YOUR ASSIGNMENT:
Scan the data below for the string "IFCPRODUCTDEFINITIONSHAPE". Copy every line where it appears.

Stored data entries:
------
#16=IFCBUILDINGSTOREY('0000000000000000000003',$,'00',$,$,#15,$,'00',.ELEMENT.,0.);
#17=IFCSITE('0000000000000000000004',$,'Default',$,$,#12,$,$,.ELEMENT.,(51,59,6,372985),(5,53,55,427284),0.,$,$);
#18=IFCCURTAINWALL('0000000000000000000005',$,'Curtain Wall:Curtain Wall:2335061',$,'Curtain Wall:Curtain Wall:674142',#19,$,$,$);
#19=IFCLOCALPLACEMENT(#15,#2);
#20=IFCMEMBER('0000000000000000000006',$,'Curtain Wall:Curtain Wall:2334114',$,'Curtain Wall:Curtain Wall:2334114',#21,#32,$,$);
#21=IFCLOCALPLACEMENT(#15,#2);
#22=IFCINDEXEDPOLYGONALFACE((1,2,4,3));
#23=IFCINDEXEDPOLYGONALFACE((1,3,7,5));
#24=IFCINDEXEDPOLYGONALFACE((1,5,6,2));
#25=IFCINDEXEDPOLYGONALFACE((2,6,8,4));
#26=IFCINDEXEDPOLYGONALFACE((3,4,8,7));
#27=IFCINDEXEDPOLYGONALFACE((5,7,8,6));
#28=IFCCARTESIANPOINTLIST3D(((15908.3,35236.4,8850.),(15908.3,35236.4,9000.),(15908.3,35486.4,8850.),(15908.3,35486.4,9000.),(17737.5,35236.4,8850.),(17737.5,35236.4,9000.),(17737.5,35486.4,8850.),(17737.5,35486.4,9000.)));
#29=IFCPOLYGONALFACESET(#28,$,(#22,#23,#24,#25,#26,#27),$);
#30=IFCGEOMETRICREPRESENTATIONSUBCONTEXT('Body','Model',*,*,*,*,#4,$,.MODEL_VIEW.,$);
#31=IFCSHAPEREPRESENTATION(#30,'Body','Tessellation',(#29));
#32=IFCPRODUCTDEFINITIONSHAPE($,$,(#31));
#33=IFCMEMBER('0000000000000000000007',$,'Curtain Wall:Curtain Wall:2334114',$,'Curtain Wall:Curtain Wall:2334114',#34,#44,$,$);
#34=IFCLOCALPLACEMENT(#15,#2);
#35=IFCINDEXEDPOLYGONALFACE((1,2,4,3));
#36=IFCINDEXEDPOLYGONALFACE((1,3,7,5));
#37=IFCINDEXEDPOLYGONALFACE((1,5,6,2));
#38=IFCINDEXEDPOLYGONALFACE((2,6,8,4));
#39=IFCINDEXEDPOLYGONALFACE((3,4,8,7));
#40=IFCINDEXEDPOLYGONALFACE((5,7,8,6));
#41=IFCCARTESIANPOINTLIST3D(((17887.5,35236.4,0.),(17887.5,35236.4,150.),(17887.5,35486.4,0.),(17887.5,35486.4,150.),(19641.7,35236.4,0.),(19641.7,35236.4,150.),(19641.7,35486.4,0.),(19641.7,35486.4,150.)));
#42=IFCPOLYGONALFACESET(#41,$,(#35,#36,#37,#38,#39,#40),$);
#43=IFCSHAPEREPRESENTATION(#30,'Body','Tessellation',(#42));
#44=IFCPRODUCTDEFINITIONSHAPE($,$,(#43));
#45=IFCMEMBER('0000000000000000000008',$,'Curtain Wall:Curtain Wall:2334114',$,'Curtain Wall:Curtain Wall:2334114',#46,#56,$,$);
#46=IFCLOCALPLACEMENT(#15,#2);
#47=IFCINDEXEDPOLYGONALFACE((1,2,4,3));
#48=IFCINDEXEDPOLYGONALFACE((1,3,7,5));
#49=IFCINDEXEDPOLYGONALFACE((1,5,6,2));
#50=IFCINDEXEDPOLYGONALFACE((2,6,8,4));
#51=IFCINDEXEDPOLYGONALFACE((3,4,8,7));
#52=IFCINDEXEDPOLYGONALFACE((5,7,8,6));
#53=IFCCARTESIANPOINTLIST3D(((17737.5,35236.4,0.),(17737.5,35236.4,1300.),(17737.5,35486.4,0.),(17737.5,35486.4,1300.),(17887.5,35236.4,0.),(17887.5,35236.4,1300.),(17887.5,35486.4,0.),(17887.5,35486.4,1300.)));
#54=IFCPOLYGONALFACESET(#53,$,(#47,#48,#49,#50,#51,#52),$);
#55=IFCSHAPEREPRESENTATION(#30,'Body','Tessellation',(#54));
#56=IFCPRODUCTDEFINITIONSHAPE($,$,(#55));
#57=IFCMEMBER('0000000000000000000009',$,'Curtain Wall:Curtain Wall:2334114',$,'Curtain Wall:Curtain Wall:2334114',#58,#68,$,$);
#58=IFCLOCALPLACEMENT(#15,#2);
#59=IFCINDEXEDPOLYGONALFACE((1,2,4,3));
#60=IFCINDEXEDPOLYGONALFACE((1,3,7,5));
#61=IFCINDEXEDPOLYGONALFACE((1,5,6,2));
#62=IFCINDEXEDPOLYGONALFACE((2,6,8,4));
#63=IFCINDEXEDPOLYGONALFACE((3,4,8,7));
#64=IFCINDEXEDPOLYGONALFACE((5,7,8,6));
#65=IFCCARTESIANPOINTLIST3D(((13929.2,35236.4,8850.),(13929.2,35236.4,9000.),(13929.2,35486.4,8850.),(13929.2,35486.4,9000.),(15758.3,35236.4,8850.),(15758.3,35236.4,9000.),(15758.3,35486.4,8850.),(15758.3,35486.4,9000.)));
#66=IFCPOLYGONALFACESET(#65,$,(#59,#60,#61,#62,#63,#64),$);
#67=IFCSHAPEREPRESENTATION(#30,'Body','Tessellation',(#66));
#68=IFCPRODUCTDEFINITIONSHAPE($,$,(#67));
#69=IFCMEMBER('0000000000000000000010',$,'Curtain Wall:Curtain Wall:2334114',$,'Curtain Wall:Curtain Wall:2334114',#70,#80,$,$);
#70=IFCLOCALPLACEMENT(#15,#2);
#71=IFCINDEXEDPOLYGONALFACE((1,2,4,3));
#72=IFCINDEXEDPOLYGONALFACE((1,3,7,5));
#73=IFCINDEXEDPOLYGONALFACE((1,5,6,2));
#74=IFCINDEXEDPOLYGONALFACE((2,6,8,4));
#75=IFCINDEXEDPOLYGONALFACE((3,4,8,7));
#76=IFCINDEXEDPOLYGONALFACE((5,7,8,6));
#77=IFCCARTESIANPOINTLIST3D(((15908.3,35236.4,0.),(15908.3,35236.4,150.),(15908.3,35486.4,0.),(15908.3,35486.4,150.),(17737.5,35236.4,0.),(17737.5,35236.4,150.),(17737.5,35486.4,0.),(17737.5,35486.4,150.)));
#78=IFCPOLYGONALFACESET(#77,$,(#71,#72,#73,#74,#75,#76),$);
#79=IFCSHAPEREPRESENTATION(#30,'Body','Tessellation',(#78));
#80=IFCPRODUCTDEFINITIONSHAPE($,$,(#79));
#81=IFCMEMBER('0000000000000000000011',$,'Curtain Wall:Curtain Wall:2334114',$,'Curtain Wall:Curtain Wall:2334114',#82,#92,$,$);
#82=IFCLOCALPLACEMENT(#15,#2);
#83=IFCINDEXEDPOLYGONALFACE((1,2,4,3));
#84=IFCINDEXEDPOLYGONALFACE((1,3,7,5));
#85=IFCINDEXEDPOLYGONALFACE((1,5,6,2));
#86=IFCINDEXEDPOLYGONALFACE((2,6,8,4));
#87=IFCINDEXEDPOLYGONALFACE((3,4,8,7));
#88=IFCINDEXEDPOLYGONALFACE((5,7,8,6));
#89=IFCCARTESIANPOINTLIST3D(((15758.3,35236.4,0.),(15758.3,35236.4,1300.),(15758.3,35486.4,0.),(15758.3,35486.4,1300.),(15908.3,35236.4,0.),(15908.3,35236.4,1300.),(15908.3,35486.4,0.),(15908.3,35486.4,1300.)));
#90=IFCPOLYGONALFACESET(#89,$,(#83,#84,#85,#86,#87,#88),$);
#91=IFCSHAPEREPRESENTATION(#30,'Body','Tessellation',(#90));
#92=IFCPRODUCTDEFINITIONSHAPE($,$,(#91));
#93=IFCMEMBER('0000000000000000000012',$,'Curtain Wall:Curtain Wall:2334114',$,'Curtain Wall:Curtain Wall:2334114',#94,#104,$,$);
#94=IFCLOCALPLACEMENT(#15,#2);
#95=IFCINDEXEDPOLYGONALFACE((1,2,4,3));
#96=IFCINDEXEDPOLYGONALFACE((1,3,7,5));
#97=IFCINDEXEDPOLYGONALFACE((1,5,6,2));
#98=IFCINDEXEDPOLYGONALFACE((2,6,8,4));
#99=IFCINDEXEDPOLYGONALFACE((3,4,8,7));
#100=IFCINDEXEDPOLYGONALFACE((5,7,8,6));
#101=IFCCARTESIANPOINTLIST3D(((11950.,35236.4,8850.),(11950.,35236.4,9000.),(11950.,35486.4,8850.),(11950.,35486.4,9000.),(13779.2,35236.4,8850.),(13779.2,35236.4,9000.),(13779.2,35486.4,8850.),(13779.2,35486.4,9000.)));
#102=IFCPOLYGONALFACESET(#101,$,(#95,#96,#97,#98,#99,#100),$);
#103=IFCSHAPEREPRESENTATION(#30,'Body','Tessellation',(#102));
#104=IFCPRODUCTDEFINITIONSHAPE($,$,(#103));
------
THE COMPLETED TASK:
#32=IFCPRODUCTDEFINITIONSHAPE($,$,(#31));
#44=IFCPRODUCTDEFINITIONSHAPE($,$,(#43));
#56=IFCPRODUCTDEFINITIONSHAPE($,$,(#55));
#68=IFCPRODUCTDEFINITIONSHAPE($,$,(#67));
#80=IFCPRODUCTDEFINITIONSHAPE($,$,(#79));
#92=IFCPRODUCTDEFINITIONSHAPE($,$,(#91));
#104=IFCPRODUCTDEFINITIONSHAPE($,$,(#103));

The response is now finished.